Dataset extract Start Marker

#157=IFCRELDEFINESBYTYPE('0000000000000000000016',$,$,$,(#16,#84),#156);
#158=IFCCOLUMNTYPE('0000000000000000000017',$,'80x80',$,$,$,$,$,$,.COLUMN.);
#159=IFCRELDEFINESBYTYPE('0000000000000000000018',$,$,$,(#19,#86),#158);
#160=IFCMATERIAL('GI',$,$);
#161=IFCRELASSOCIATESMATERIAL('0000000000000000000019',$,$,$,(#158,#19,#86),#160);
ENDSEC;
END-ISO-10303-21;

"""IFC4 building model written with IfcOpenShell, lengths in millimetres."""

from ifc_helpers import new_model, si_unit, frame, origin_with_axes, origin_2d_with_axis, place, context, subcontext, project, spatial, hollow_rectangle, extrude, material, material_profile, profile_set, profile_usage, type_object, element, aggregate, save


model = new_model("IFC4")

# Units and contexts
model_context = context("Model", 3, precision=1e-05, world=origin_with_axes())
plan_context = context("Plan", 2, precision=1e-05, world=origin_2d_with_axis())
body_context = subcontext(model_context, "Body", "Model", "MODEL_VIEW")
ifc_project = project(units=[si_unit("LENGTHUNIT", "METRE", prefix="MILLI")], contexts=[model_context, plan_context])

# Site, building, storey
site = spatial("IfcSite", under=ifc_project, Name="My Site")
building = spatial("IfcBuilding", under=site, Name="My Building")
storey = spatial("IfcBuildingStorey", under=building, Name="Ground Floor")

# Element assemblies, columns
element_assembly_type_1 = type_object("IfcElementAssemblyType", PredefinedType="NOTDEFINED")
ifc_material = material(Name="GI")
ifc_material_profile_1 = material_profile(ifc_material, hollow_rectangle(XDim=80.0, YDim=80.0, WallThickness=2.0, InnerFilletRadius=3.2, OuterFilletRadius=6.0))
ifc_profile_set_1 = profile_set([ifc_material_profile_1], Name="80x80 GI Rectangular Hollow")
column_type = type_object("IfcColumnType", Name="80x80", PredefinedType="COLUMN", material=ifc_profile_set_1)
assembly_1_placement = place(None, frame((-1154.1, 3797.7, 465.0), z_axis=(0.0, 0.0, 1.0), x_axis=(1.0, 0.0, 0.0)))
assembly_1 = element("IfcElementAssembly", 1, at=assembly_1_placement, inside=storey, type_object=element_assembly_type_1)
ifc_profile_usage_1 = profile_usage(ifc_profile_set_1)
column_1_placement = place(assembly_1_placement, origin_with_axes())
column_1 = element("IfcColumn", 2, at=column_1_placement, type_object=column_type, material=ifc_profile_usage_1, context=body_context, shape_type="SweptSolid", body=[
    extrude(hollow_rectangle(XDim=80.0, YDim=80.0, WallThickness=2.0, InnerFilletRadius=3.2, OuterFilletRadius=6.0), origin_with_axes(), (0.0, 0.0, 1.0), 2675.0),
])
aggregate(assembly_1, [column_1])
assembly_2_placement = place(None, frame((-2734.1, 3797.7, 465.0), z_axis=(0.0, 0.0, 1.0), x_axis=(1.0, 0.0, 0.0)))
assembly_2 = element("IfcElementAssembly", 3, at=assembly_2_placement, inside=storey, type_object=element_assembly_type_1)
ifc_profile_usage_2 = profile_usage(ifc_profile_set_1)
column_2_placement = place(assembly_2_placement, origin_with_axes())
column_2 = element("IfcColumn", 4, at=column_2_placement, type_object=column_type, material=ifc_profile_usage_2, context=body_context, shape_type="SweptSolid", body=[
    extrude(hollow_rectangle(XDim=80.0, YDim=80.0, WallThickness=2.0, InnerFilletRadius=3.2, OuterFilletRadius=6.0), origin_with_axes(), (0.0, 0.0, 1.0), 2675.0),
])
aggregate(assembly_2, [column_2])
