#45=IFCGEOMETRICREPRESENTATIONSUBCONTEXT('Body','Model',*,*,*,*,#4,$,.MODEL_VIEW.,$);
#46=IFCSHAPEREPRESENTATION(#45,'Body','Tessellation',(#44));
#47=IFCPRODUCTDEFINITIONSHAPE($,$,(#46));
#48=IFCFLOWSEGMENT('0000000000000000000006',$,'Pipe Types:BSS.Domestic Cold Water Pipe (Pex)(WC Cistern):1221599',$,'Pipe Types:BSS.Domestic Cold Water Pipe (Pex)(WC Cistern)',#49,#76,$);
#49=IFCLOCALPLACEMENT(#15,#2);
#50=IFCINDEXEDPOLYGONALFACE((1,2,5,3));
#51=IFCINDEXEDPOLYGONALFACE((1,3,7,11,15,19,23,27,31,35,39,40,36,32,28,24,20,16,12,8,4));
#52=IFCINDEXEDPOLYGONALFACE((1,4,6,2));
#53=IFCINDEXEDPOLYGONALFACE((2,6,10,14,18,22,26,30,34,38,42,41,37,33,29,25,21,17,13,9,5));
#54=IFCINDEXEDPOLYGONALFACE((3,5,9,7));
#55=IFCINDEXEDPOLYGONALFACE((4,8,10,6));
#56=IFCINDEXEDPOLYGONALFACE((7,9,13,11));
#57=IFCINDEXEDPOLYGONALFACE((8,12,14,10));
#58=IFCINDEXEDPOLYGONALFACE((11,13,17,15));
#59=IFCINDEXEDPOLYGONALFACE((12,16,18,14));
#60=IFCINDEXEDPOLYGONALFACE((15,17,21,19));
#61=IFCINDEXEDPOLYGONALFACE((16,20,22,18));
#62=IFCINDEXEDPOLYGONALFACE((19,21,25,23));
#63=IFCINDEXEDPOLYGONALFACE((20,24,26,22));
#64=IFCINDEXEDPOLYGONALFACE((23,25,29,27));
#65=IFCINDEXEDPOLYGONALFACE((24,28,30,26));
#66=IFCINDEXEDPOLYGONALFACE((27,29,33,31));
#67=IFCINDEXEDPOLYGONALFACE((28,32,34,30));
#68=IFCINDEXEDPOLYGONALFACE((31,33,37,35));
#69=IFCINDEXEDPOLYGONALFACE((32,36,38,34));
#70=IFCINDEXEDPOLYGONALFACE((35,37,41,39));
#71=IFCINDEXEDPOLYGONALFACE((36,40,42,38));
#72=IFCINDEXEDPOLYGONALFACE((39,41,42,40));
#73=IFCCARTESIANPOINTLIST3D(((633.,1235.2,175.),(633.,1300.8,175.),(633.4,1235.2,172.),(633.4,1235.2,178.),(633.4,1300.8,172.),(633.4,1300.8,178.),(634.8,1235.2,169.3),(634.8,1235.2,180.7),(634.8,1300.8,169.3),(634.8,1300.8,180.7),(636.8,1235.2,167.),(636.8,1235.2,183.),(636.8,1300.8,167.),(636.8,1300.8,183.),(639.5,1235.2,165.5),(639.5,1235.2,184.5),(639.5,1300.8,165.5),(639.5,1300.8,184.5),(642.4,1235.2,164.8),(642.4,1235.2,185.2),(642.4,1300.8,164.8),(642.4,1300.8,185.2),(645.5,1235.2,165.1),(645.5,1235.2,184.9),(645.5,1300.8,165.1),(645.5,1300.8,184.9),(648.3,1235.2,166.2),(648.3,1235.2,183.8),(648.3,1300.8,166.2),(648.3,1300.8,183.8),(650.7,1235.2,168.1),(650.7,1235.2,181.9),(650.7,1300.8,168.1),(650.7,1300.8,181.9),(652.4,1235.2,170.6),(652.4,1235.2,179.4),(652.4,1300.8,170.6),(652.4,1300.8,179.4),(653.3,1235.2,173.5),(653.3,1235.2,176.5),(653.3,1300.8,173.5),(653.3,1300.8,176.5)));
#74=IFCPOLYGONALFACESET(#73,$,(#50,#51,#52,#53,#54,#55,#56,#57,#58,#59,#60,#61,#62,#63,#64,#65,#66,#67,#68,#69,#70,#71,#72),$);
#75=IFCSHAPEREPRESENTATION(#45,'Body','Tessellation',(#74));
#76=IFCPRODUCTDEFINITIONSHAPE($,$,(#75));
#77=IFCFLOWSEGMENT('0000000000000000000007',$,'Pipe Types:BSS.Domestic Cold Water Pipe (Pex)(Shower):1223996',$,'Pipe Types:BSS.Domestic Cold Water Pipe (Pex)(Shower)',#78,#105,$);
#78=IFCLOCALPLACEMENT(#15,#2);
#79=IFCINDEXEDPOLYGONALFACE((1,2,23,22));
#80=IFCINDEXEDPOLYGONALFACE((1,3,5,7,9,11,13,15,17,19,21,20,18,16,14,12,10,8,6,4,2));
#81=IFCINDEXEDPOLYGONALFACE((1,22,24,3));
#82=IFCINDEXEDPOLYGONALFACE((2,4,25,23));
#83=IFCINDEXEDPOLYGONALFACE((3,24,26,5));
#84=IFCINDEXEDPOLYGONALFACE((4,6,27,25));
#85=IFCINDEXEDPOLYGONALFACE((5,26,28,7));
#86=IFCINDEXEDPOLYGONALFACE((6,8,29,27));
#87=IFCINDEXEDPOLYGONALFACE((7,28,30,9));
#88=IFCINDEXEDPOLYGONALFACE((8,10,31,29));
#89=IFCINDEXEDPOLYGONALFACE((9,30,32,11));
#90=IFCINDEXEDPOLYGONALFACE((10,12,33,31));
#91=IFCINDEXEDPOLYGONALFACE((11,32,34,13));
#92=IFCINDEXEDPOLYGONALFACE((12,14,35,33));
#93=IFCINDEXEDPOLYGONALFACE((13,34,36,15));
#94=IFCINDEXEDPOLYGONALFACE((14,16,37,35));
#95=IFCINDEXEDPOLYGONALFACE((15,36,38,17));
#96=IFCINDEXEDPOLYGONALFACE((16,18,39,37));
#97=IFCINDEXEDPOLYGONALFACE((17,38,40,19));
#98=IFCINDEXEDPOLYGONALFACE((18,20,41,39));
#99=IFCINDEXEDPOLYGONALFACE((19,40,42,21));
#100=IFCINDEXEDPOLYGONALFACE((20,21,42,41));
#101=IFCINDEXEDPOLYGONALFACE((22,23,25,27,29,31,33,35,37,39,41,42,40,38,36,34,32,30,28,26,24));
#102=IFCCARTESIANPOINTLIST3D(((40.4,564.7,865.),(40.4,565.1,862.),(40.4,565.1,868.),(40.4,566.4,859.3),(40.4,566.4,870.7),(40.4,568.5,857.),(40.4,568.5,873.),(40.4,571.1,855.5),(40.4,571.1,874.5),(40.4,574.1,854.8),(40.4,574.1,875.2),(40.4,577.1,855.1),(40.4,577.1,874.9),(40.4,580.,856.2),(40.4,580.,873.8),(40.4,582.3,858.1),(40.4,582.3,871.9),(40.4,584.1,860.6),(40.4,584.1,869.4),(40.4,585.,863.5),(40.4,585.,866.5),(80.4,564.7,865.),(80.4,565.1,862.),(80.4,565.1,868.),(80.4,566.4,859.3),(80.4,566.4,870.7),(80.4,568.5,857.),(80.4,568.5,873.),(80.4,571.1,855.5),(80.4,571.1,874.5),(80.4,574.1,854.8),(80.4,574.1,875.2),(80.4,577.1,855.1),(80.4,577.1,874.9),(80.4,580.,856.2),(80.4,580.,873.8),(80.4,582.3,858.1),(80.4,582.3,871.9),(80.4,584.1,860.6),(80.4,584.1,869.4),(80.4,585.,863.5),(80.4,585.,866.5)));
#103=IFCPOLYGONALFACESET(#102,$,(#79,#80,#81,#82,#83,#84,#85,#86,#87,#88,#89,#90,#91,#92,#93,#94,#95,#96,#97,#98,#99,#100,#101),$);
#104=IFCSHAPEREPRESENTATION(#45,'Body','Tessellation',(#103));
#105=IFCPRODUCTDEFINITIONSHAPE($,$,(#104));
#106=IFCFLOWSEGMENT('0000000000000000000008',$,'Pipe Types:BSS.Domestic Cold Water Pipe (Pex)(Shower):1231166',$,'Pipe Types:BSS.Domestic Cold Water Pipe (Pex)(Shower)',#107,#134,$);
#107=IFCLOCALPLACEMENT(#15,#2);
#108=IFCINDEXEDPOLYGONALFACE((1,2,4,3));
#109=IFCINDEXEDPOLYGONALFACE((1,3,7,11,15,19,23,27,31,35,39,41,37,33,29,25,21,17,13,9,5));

Dataset extract End Marker

## Task goal
Look over the entries for "world", then copy every line that includes that string.

## Completed task
model_context = context("Model", 3, precision=1e-05, world=origin_with_axes())
plan_context = context("Plan", 2, precision=1e-05, world=origin_2d_with_axis())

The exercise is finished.